A real-time PC and a visualization PC make up the bare minimum configuration for real-time VR applications. The real-time PC must dedicate all of its resources to simulate the physics, run application logic, input/output data from and to external devices, and transmit animation data to the visualization PC over UDP. The visualization PC must use high-end graphics cards to render stereoscopic 3D frames necessary for VR.

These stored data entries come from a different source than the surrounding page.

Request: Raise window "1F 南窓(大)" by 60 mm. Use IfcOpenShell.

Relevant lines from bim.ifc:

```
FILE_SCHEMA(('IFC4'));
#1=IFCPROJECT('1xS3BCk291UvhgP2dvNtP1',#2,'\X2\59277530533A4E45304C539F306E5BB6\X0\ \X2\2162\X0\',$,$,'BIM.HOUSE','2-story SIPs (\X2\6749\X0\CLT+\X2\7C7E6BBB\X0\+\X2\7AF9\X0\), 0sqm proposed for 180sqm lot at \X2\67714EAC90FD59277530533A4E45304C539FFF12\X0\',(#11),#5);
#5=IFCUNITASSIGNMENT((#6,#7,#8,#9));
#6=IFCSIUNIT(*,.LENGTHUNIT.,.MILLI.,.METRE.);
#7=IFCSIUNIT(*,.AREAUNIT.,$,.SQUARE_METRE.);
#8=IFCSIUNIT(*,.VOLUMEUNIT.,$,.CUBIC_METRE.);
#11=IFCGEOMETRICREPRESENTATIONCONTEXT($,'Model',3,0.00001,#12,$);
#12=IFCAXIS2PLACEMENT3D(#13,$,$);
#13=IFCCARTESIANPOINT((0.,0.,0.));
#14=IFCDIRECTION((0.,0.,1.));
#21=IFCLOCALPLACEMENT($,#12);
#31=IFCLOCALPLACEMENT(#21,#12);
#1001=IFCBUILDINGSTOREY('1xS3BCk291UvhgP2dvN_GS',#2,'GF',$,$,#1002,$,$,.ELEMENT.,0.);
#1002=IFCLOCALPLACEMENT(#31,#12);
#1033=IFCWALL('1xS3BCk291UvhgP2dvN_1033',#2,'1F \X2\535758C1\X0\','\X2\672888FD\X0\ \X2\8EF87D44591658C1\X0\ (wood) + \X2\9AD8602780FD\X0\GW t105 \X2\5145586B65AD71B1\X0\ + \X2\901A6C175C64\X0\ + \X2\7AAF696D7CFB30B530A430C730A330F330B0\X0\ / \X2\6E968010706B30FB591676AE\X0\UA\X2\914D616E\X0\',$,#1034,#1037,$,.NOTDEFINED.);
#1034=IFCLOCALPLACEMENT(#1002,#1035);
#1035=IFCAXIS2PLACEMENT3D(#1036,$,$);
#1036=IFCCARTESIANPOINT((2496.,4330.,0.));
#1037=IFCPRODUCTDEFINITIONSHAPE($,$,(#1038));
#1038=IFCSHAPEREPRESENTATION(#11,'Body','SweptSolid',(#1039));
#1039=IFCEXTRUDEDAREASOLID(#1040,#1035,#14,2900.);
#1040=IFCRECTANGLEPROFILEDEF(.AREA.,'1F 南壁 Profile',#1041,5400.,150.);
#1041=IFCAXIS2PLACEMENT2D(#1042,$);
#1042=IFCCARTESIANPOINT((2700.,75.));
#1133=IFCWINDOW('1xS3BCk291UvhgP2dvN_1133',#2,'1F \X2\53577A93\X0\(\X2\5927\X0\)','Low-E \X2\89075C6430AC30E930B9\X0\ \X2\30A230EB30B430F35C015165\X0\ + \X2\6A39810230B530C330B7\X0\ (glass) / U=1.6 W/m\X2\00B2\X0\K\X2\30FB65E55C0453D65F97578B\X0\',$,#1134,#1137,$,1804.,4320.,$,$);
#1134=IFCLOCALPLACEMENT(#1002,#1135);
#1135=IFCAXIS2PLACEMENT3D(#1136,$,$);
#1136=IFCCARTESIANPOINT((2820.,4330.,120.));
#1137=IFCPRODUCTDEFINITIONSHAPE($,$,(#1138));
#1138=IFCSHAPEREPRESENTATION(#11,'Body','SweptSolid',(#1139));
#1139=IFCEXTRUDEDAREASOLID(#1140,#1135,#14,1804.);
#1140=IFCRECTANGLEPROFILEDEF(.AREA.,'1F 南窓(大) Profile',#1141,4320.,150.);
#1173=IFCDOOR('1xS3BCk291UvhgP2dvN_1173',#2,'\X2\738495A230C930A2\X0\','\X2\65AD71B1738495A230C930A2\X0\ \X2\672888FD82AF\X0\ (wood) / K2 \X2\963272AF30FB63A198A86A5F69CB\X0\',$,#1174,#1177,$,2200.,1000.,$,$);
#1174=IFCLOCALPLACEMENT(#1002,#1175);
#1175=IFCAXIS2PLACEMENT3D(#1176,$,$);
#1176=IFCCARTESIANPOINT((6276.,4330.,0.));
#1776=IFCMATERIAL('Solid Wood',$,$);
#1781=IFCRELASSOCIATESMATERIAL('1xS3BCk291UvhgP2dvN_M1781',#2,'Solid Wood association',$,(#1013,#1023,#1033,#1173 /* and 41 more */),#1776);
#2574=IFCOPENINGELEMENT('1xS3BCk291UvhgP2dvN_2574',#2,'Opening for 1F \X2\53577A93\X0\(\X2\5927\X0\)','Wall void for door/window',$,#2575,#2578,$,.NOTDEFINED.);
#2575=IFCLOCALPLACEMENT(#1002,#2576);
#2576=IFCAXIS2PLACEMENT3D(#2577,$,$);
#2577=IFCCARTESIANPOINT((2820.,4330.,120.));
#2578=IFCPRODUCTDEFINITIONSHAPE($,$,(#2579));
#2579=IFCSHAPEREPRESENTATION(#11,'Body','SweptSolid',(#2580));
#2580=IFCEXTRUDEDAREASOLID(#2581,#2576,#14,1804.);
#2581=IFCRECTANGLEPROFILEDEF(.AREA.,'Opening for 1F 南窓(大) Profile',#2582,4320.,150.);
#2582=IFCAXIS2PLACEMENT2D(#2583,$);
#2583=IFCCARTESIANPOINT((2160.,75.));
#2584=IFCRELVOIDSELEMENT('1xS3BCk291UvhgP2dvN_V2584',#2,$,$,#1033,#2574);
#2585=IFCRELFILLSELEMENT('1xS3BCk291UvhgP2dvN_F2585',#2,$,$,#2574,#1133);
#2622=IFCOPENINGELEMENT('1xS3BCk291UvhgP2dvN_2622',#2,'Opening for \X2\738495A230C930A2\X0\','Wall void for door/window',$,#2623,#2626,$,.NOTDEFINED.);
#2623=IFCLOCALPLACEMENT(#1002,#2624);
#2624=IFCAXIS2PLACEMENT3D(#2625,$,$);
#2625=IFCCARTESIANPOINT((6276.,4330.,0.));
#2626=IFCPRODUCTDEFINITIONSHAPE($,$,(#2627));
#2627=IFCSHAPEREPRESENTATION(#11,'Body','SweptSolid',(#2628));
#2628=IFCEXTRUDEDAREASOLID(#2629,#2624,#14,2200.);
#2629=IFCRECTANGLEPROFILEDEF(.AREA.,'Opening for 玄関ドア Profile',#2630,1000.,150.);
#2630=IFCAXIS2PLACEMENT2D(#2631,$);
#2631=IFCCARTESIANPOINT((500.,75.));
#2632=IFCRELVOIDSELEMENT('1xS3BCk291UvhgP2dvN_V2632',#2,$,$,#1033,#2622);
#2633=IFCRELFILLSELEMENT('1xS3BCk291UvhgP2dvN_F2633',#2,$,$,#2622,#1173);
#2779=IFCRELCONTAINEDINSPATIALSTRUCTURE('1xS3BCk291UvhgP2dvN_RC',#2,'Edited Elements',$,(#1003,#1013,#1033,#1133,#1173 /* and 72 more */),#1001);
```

```python
import numpy as np
import ifcopenshell
import ifcopenshell.api.geometry
import ifcopenshell.util.placement
import ifcopenshell.util.unit

model = ifcopenshell.open("bim.ifc")
unit_scale = ifcopenshell.util.unit.calculate_unit_scale(model)

window = model.by_id(1133)
opening = window.FillsVoids[0].RelatingOpeningElement
dz = 0.06 / unit_scale

shift = np.array([0.0, 0.0, dz])
# The window is not placed relative to its opening, so move both.
for product in (opening, window):
    matrix = ifcopenshell.util.placement.get_local_placement(product.ObjectPlacement)
    matrix[:3, 3] += shift
    ifcopenshell.api.geometry.edit_object_placement(model, product=product, matrix=matrix, is_si=False)

print(f"moved by {dz * unit_scale:+.3f} m")

model.write("bim_rev.ifc")
```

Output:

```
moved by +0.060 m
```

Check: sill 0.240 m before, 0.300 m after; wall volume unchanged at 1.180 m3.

While MSMS can accept animation data from any runtime implementing its “Feature Commands” protocol over UDP, it is clearly catered to the academic user with a MATLAB license who can tolerate its computational limitations and demands.
For instance, to render the movement of just 48 objects using the NVIDIA Quadro FX4800 at a meager resolution, MSMS introduces nearly 18ms rendering latency which does not even include the latencies associated with simulating the environment done by the other PC, and the networked data transfer (Davoodi and Loeb, 2012). For comparison, the same card both simulates and renders significantly more complex programs at a lower framerate, such as the popular driving game Dirt 3 — benchmarked by TechLab.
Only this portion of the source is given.